Par conséquent, on ne peut demander à l’éducation nationale de faire le travail des entreprises à leur place ou de faire avec des anticipations de besoins RH inexistants ou non fiables.
Notez quand même que cette régulation s’exerce déjà un peu au travers du nombre de places disponibles dans les filières.

3. Parce que le manque d’emploi n’est pas question de « spécialité ». Le manque d’emploi est symptomatique de toutes les spécialités. Des secteurs entiers nous bassinent à longueur de temps qu’ils embauchent alors que nombre de diplômés ou d’expérimentés de ces mêmes secteurs recherchent du travail. Donc quelque soit leur orientation, les gens vont ramer.

4. Parce que c’est incohérent de dire aux gens de travailler dans ce qu’ils aiment et ensuite de tenir le discours « faites en fonction des débouchés ». Et leur reprocher ensuite leur manque de motivation ou leur démarche de vouloir travailler dans quelque chose qu’ils n’aiment pas ou qui les laissent indifférents.

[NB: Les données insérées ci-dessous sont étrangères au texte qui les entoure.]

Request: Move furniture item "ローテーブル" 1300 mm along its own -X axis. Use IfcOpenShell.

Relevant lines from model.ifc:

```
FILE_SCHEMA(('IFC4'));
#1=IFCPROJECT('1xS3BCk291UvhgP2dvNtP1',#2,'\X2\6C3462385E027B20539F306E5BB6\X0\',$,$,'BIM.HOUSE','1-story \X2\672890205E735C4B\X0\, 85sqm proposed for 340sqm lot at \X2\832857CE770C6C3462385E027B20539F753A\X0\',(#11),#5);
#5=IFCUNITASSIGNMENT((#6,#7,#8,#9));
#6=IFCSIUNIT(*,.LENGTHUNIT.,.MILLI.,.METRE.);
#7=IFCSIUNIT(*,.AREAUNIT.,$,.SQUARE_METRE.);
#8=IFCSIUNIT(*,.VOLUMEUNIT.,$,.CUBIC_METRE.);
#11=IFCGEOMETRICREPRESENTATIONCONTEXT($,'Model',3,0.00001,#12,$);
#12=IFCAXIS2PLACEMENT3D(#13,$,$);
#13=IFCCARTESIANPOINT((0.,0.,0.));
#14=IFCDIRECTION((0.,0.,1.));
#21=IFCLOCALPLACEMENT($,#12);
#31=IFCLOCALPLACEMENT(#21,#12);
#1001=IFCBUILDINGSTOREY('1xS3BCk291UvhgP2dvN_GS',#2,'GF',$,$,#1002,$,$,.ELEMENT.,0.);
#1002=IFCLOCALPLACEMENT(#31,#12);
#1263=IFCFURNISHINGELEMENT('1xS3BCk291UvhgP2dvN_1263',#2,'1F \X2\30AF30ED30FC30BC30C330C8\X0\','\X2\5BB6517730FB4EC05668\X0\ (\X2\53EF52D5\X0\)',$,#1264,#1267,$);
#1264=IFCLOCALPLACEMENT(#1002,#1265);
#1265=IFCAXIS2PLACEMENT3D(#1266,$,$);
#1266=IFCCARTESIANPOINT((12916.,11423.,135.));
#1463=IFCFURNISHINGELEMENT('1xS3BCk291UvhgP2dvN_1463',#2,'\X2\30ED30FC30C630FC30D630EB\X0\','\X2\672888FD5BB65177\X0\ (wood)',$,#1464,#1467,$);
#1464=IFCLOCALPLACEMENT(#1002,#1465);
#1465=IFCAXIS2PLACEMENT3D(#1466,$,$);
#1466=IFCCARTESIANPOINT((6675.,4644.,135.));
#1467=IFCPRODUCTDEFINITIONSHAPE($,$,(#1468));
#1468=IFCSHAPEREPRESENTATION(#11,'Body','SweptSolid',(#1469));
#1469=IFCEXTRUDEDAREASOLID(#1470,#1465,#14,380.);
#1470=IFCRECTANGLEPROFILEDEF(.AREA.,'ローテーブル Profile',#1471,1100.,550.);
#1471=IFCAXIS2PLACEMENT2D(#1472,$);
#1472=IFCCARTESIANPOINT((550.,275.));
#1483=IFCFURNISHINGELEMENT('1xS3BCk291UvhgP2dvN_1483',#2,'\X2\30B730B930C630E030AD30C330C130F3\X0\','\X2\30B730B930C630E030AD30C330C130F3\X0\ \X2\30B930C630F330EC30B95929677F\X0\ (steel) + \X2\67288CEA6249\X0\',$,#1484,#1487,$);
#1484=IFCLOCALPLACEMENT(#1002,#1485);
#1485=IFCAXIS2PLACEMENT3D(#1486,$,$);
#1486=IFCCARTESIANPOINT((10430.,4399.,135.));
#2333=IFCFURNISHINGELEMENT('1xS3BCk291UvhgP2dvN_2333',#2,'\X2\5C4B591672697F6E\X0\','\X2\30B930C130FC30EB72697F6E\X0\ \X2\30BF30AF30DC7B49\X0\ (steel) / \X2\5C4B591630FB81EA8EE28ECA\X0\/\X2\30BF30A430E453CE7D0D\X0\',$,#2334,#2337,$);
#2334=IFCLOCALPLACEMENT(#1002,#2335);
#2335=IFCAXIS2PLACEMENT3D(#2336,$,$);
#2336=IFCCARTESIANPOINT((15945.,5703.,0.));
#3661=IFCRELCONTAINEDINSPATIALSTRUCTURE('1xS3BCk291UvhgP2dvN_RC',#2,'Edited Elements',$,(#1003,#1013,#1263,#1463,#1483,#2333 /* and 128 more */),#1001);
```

```python
import ifcopenshell
import ifcopenshell.api.geometry
import ifcopenshell.util.placement
import ifcopenshell.util.unit

model = ifcopenshell.open("model.ifc")
unit_scale = ifcopenshell.util.unit.calculate_unit_scale(model)

item = model.by_id(1463)
matrix = ifcopenshell.util.placement.get_local_placement(item.ObjectPlacement)
matrix[:3, 3] -= matrix[:3, 0] * 1.3 / unit_scale
ifcopenshell.api.geometry.edit_object_placement(model, product=item, matrix=matrix, is_si=False)

print(ifcopenshell.util.placement.get_local_placement(item.ObjectPlacement).round(3) + 0.0)

model.write("model_v2.ifc")
```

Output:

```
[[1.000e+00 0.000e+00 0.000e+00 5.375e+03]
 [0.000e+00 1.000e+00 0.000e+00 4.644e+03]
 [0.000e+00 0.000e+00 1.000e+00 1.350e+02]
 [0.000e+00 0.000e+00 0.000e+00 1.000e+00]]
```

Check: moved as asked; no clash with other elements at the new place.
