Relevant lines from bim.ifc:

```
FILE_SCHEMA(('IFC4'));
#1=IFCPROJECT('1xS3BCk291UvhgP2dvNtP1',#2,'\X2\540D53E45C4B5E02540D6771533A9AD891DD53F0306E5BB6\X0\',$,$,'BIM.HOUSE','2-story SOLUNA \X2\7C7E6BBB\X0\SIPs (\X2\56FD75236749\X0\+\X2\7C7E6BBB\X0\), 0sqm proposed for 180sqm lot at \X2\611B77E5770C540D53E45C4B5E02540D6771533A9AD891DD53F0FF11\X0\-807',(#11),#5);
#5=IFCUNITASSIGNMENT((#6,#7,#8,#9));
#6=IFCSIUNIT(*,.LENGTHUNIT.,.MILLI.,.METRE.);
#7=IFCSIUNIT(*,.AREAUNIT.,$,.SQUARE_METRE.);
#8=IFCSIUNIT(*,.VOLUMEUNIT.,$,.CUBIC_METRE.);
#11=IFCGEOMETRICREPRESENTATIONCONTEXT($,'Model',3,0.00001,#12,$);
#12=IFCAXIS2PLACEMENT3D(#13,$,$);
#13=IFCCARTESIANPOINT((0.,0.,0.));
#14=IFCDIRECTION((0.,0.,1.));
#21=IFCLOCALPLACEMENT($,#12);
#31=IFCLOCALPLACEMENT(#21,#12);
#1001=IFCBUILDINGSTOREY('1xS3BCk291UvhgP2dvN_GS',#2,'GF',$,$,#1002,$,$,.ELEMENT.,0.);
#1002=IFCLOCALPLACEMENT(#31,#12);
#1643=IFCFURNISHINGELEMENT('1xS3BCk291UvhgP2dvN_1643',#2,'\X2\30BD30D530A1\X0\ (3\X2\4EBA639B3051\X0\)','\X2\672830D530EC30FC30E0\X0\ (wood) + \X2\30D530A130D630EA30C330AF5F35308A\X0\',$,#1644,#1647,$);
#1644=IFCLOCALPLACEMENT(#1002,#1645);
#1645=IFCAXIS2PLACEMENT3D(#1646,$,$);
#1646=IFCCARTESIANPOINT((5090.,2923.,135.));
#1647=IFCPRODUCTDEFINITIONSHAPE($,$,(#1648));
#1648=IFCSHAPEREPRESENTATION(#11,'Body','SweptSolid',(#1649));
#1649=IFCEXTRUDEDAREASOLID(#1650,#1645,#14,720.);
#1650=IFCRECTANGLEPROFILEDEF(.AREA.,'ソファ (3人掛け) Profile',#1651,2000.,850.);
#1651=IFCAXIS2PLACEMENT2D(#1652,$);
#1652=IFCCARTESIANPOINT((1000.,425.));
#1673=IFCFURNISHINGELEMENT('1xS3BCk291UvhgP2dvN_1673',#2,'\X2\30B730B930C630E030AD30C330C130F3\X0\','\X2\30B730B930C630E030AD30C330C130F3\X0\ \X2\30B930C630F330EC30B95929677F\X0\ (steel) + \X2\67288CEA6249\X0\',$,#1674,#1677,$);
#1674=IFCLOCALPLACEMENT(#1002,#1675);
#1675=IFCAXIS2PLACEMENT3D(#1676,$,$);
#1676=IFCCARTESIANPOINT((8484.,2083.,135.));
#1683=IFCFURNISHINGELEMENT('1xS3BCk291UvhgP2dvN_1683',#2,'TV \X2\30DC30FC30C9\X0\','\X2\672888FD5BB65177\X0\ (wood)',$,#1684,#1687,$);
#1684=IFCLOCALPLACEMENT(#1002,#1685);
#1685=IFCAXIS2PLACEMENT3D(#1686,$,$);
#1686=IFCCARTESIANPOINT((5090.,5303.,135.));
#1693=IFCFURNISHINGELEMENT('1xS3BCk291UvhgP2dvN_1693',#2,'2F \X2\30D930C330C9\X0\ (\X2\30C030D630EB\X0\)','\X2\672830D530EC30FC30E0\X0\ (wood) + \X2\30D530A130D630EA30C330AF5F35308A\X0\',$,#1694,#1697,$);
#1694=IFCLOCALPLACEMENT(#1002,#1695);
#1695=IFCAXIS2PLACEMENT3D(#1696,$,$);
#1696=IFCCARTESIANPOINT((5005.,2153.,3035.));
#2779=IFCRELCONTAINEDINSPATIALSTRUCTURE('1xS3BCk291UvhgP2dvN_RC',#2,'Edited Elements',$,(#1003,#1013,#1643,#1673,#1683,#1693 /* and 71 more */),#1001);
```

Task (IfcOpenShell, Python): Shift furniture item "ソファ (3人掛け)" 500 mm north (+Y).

```python
import ifcopenshell
import ifcopenshell.api.geometry
import ifcopenshell.util.placement

model = ifcopenshell.open("bim.ifc")

item = model.by_id(1643)
matrix = ifcopenshell.util.placement.get_local_placement(item.ObjectPlacement)
matrix[1, 3] += 500.0
ifcopenshell.api.geometry.edit_object_placement(model, product=item, matrix=matrix, is_si=False)

print(ifcopenshell.util.placement.get_local_placement(item.ObjectPlacement).round(3) + 0.0)

model.write("bim_rev.ifc")
```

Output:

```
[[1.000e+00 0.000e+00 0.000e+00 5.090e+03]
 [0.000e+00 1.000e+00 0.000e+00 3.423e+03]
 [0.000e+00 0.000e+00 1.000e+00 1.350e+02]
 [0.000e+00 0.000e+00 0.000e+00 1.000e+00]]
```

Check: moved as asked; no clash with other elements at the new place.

5. Parce que la question de l’orientation a déjà été posée (oui, les pays ont un passé) et cela a conduit à privilégier les filières professionnelles, dites plus adaptées à la demande des entreprises puisque celles-ci en sont plus ou moins partenaires (à la création/au quotidien). Or vue la situation, on ne peut pas se réjouir du résultat, le chômage et le déclassement continuant leur progression (seules les statistiques truquées n’en prennent pas conscience).

Pourquoi faire des études professionnelles / soit disant adaptées aux débouchés du marché de l’emploi ?
– parce vous aimez cela ?
– parce que vous voulez pouvoir vivre plus décemment, avoir un emploi ?
– etc.

L’entreprise n’a que faire de :
– ce que vous aimez faire
– votre niveau de vie
– de toute autre chose concernant votre vie, vos désirs et vos états d’âmes d’êtres humains.

Elle veut que vous soyez motivés et qualifiés au maximum, et payés au minimum. Pas motivé dans le sens « aimer » (je vous le répète, l’être humain, elle s’en fout), mais dans le sens « travailler d’arrache pied pour générer toujours plus d’argent pour ses propriétaires et pour la personne ou l’équipe dirigeante ». C’est la seule et unique chose qui l’intéresse. Le reste, c’est de la littérature.

Les besoins des deux parties sont donc difficilement joignables et la tentative de les faire se rejoindre se traduit par, entre autres, le chômage.

Par conséquent, le problème de l’orientation des étudiants est un leurre destiné à occulter le fait que la survie de l’entreprise passe avant celle de la majorité des êtres humains.